## Task item
When you have gone through the records below, state only how many lines include the word "STEEL".

## Dataset records
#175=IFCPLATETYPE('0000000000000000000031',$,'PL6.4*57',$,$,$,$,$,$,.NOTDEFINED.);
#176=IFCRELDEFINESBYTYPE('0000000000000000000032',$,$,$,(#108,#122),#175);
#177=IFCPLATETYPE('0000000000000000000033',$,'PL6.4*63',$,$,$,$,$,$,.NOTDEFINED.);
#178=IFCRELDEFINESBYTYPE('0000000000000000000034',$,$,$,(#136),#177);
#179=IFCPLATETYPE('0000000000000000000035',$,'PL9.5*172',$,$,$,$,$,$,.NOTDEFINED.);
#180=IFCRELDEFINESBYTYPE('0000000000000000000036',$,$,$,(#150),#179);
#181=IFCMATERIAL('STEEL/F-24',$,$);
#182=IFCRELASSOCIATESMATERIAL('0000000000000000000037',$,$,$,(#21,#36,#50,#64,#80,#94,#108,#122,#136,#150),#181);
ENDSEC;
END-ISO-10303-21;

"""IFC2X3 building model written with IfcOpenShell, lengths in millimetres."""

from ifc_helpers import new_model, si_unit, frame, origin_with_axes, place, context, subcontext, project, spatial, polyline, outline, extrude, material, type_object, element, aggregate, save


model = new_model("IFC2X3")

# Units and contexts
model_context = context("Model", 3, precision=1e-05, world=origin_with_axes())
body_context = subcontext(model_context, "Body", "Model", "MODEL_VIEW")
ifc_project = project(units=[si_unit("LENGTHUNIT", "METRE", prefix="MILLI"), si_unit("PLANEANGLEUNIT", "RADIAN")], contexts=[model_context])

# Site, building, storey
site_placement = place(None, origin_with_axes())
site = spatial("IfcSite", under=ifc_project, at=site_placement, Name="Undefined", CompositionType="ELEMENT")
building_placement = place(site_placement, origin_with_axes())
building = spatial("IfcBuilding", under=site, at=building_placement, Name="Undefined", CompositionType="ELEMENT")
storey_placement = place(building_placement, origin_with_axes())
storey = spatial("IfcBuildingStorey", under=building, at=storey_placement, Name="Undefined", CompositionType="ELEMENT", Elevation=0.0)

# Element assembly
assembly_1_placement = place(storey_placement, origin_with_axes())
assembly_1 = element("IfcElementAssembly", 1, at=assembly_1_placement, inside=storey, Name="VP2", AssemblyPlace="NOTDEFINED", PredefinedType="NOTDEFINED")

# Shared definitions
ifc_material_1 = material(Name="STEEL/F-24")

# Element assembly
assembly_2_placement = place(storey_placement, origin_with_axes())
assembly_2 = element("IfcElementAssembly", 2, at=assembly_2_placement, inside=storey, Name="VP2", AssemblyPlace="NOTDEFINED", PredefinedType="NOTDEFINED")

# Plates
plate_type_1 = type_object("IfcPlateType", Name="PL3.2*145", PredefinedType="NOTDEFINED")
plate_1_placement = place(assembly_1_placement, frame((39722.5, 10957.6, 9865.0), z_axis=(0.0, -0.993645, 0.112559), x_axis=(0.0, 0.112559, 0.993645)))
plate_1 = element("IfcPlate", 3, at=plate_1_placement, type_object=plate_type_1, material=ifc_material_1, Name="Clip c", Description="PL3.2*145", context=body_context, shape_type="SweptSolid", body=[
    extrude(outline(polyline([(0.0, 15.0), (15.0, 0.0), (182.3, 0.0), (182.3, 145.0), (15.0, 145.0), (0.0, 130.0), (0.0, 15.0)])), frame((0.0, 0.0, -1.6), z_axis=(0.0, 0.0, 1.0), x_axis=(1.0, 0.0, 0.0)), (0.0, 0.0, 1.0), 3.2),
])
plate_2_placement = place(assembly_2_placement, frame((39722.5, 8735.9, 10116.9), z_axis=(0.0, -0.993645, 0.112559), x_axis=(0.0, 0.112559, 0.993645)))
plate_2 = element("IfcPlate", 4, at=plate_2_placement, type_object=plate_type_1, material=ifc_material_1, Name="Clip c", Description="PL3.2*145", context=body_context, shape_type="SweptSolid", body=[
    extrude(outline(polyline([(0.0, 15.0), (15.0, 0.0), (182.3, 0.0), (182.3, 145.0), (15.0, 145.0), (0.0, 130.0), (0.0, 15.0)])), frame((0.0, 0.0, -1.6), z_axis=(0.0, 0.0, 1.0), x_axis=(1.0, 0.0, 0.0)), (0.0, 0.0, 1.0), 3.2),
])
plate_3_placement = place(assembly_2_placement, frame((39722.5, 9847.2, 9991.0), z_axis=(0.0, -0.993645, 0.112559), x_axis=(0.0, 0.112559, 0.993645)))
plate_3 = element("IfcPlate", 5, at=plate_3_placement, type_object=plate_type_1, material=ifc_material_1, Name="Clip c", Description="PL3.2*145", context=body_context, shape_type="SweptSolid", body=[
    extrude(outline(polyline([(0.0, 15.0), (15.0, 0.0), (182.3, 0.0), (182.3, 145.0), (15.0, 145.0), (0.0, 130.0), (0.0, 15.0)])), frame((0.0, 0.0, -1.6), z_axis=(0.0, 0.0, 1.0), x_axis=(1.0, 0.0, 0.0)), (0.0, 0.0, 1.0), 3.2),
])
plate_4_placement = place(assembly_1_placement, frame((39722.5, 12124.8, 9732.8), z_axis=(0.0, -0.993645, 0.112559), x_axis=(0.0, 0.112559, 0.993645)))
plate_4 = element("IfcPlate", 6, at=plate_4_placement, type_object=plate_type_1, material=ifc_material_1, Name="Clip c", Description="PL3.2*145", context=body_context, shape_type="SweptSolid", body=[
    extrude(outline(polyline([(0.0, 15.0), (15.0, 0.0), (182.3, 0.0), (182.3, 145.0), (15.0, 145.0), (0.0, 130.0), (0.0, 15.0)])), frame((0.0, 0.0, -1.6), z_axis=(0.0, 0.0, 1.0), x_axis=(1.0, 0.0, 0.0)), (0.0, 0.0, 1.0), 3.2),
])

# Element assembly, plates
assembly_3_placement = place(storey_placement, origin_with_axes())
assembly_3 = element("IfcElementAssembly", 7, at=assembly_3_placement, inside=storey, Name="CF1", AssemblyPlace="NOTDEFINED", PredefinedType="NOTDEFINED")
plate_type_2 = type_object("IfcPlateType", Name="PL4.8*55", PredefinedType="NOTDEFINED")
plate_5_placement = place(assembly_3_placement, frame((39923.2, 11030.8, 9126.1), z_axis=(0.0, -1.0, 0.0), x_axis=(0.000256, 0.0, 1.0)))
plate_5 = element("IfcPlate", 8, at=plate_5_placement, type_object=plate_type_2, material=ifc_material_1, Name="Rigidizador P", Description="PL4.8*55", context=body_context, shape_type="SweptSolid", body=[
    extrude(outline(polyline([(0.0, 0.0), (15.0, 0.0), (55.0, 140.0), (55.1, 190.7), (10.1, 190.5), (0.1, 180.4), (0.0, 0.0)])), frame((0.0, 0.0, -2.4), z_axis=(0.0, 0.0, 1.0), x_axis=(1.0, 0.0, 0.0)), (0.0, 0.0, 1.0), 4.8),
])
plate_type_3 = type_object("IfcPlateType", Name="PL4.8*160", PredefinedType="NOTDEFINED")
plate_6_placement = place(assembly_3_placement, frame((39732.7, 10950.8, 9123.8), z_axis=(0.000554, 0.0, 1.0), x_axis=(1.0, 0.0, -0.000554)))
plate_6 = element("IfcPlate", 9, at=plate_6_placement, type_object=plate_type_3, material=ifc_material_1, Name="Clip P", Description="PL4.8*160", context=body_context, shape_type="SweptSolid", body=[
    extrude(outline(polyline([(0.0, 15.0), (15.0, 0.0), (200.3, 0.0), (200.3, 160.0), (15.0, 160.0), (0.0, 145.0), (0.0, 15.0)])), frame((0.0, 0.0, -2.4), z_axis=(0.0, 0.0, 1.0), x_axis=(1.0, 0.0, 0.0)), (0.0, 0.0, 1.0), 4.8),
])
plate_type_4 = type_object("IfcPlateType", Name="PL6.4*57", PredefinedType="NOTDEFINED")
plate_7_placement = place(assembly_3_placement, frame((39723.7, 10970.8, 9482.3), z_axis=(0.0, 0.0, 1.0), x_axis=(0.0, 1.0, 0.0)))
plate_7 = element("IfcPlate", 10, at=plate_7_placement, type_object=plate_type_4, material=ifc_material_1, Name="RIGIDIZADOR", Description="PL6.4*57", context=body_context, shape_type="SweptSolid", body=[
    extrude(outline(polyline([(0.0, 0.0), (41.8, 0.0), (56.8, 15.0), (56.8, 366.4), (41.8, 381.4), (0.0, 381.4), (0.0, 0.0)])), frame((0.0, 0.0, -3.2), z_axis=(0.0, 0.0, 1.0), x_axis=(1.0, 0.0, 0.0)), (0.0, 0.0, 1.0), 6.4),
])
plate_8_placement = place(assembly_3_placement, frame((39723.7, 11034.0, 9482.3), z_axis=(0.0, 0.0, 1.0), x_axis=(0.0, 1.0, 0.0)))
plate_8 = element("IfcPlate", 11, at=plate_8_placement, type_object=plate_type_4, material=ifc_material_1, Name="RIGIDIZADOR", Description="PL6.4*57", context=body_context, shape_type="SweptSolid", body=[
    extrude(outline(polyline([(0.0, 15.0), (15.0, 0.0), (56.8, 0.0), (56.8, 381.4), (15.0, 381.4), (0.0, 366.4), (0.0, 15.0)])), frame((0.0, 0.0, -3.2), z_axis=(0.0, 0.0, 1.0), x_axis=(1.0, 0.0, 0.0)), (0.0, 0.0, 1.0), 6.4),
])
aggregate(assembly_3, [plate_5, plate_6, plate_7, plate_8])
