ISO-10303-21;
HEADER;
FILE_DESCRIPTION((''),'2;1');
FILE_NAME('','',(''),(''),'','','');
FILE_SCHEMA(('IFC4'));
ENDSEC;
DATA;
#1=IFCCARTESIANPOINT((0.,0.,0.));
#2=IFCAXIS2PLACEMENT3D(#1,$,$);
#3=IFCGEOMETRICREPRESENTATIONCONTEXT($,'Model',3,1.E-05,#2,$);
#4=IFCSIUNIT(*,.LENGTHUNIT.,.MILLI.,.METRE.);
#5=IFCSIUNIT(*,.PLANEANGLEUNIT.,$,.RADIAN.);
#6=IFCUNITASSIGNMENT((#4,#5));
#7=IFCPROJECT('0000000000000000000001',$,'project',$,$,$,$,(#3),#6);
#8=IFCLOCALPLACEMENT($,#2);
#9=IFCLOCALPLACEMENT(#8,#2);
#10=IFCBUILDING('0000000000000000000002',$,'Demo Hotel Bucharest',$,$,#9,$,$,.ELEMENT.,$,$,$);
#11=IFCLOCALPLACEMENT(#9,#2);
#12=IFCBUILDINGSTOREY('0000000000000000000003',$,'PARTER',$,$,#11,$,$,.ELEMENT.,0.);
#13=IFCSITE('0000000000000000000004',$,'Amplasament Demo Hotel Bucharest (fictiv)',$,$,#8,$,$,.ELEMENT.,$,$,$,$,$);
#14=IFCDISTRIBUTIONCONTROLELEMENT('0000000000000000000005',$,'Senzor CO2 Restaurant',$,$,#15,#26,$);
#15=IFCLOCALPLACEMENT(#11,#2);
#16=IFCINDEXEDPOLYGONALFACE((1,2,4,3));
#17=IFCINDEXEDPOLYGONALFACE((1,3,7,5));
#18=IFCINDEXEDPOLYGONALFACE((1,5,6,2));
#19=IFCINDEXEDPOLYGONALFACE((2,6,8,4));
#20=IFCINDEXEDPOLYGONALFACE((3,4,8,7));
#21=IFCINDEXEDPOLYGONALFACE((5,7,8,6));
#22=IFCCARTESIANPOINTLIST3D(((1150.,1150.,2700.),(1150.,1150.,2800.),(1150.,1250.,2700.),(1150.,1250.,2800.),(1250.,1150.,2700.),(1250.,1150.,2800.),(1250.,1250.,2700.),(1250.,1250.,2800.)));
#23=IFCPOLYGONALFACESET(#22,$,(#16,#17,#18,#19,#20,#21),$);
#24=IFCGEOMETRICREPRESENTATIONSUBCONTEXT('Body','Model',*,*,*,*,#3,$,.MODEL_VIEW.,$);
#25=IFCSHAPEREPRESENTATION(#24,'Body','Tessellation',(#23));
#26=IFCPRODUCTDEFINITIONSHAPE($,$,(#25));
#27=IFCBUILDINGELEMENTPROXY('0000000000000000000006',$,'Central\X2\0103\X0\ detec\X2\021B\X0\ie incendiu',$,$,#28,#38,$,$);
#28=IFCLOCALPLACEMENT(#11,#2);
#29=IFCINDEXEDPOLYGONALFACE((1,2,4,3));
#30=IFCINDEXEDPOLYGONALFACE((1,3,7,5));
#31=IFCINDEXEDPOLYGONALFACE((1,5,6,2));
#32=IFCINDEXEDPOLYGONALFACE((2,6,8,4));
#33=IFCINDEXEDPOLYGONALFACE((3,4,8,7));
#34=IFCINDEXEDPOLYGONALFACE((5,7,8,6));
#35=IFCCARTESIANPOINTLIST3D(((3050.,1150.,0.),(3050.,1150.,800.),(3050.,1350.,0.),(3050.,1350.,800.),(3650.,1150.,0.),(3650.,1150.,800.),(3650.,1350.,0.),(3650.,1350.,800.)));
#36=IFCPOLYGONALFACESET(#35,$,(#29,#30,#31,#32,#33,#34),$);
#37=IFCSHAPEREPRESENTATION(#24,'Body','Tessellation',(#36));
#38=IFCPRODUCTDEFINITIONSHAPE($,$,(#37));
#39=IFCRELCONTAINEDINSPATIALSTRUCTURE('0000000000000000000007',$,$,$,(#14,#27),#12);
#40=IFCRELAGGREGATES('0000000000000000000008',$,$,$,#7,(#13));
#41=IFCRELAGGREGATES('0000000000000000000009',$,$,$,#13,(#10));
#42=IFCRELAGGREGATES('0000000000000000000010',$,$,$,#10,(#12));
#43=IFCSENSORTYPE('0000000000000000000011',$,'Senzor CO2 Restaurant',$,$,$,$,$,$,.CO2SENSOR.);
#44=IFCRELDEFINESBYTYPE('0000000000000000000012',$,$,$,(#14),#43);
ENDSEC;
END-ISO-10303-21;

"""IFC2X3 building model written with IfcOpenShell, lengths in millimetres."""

from ifc_helpers import new_model, si_unit, frame, frame_2d, origin, place, context, subcontext, project, spatial, rectangle, extrude, type_object, element, save


model = new_model("IFC2X3")

# Units and contexts
model_context = context("Model", 3, precision=1e-05, world=origin())
body_context = subcontext(model_context, "Body", "Model", "MODEL_VIEW")
ifc_project = project(units=[si_unit("LENGTHUNIT", "METRE", prefix="MILLI"), si_unit("PLANEANGLEUNIT", "RADIAN")], contexts=[model_context])

# Site, building, storey
site_placement = place(None, origin())
site = spatial("IfcSite", under=ifc_project, at=site_placement, Name="Amplasament Demo Hotel Bucharest (fictiv)", CompositionType="ELEMENT")
building_placement = place(site_placement, origin())
building = spatial("IfcBuilding", under=site, at=building_placement, Name="Demo Hotel Bucharest", CompositionType="ELEMENT")
storey_placement = place(building_placement, origin())
storey = spatial("IfcBuildingStorey", under=building, at=storey_placement, Name="PARTER", CompositionType="ELEMENT", Elevation=0.0)

# Distribution control element
sensor_type = type_object("IfcSensorType", Name="Senzor CO2 Restaurant", PredefinedType="CO2SENSOR")
distribution_control_element_placement = place(storey_placement, frame((1150.0, 1150.0, 2700.0)))
element("IfcDistributionControlElement", 1, at=distribution_control_element_placement, inside=storey, type_object=sensor_type, Name="Senzor CO2 Restaurant", context=body_context, shape_type="SweptSolid", body=[
    extrude(rectangle(XDim=100.0, YDim=100.0, at=frame_2d((50.0, 50.0))), origin(), (0.0, 0.0, 1.0), 100.0),
])

# Electric distribution point
electric_distribution_point_placement = place(storey_placement, frame((3050.0, 1150.0, 0.0)))
element("IfcElectricDistributionPoint", 2, at=electric_distribution_point_placement, inside=storey, Name="Centrală detecție incendiu", DistributionPointFunction="ALARMPANEL", context=body_context, shape_type="SweptSolid", body=[
    extrude(rectangle(XDim=600.0, YDim=200.0, at=frame_2d((300.0, 100.0))), origin(), (0.0, 0.0, 1.0), 800.0),
])

save(model, "model.ifc")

## Answer to the exercise
2